The Longest Legal Document of Our Lives: The Surrogate Contract
The most legal intense part of any surrogacy journey is the contract between the intended parents (IP) and surrogate or gestational carrier (GC).
It’s a dense, complicated, beast of a legal document. You have to make challenging decisions about who will care for your unborn child if something happens to you and your partner, understand the impossible medical insurance landscape in the U.S, and navigate the evolving medical landscape of what pregnant women can/can’t/shouldn’t do.
While doing all this, you can’t help but feel a twinge of jealousy towards couples who conceive without assisted reproduction. They don’t have to negotiate upfront every aspect of a 9 month pregnancy where literally anything can happen. They don’t have to think about how safe the tap water is in a city they have never lived in. However, as gay intended dads, we have to do this, and so I wanted to take this opportunity to share some personal reflections and guidance on how to approach this document for any other gay intended dads on their own journey.
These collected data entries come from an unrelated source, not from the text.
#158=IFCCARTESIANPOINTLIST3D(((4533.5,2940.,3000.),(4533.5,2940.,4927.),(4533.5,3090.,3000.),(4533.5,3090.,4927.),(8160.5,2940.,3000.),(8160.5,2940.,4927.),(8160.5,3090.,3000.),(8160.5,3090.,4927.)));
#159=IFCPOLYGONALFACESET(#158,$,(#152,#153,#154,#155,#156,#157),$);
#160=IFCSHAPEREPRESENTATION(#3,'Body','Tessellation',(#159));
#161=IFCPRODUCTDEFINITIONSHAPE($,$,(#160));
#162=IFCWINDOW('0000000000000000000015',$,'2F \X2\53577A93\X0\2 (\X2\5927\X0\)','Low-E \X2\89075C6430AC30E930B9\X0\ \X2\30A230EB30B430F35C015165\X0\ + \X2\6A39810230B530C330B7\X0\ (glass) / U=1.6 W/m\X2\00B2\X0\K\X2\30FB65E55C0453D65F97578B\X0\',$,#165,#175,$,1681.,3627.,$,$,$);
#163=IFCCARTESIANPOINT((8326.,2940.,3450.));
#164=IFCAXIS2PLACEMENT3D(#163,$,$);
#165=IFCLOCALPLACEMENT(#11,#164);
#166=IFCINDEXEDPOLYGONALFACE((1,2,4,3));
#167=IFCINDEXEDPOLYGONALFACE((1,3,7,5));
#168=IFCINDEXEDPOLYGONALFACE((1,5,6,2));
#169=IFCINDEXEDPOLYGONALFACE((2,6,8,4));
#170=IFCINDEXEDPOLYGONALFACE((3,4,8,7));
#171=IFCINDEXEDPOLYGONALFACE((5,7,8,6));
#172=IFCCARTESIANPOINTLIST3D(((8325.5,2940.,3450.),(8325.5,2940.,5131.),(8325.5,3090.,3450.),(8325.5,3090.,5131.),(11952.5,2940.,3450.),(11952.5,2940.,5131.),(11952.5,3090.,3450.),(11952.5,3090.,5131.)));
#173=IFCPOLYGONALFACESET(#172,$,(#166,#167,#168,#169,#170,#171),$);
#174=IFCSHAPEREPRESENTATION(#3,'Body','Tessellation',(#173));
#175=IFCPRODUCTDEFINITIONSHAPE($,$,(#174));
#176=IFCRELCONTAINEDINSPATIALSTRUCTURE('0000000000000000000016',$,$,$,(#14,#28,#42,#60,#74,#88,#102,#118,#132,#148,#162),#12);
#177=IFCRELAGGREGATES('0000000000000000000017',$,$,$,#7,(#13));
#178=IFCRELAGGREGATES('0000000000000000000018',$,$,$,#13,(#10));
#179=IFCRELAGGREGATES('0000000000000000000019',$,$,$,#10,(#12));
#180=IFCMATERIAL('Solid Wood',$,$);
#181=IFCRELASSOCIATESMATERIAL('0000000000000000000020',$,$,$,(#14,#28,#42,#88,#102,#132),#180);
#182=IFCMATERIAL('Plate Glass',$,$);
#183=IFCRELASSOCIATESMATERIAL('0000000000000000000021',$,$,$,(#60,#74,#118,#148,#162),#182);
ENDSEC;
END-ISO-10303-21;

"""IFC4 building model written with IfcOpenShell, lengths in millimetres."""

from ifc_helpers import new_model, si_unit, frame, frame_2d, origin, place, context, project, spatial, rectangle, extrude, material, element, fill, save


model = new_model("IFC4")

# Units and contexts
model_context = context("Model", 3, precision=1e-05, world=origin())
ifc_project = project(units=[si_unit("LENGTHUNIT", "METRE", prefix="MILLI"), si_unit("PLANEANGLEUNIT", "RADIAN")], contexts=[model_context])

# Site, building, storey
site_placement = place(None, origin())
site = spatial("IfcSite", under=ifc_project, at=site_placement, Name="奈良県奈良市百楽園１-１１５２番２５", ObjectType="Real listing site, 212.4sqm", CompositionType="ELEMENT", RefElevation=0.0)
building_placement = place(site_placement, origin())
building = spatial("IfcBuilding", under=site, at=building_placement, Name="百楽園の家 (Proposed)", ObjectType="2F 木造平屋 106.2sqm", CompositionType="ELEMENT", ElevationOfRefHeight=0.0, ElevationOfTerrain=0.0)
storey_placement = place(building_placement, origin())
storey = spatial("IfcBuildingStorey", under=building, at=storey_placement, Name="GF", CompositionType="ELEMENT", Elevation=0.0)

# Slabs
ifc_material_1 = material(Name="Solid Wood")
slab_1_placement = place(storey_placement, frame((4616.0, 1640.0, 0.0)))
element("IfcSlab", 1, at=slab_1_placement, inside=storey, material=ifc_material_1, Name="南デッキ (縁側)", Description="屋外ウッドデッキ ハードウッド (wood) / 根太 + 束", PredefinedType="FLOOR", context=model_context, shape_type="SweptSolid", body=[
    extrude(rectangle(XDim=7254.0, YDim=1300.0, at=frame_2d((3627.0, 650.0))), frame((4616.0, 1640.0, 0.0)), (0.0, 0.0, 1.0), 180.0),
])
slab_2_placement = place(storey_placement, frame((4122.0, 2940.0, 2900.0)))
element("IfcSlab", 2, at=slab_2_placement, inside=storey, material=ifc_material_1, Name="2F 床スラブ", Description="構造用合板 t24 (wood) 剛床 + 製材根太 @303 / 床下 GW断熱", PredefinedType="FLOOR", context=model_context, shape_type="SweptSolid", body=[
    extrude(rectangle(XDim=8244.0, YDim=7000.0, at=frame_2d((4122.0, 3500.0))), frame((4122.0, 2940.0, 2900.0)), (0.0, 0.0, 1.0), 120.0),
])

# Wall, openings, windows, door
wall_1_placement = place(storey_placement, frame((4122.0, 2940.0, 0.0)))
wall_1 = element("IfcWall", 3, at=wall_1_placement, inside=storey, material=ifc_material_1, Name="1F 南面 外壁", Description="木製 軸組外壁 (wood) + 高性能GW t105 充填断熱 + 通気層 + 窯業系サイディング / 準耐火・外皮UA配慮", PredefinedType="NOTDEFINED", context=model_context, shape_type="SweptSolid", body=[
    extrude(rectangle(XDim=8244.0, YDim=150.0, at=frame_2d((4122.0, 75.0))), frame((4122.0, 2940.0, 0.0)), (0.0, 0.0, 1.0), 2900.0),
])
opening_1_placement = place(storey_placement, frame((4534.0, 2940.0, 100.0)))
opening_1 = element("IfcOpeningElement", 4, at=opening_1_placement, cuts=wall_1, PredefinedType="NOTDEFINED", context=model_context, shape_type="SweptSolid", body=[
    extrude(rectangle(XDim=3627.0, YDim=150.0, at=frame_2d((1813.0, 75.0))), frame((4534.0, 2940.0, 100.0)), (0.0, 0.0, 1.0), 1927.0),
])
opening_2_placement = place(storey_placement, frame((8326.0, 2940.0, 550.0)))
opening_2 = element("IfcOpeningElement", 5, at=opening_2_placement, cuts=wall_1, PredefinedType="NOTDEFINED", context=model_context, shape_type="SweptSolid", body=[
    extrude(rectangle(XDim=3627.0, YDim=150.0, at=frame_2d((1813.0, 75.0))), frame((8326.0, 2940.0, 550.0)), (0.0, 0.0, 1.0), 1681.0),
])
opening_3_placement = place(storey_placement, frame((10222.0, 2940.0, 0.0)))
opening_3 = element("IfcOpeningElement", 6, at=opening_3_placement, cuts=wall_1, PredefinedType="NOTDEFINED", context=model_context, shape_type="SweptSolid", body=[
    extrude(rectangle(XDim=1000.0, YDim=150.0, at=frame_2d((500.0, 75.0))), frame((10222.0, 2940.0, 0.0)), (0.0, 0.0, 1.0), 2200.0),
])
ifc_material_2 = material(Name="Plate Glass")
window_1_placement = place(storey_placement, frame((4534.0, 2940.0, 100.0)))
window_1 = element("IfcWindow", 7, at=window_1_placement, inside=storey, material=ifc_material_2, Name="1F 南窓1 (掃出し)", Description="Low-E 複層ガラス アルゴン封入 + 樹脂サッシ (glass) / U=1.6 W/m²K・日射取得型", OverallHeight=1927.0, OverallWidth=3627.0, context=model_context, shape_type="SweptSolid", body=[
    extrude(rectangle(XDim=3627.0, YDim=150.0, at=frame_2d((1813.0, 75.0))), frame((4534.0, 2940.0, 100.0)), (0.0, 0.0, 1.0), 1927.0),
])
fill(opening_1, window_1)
Before this, my husband and I had to navigate the contract with our egg donor. I previously wrote about that experience, but the egg donor contract is nothing compared to the surrogate contract.
In total, we spent about 10 hours on this document. That includes reading, discussing it with each other, researching topics on our own, and talking with our lawyer.
My first - and probably most important - piece of advice to all intended dads: Don’t rush this.
Read every word. Ask every question. Make sure you are 100% comfortable with the document, but also understand that everything cannot be controlled. You have to trust your surrogate. If you are having trouble with the contract and craving more detail and control, perhaps you should reflect on and revisit your match before proceeding.
Also, it’s important to note that there must be separate lawyers on both sides: One for the IPs and a different lawyer for the surrogate. While the IPs cover the costs of the surrogate’s lawyer, this is as far as any conflict of interest can go. The surrogate needs separate, independent legal representation for the process to be ethical.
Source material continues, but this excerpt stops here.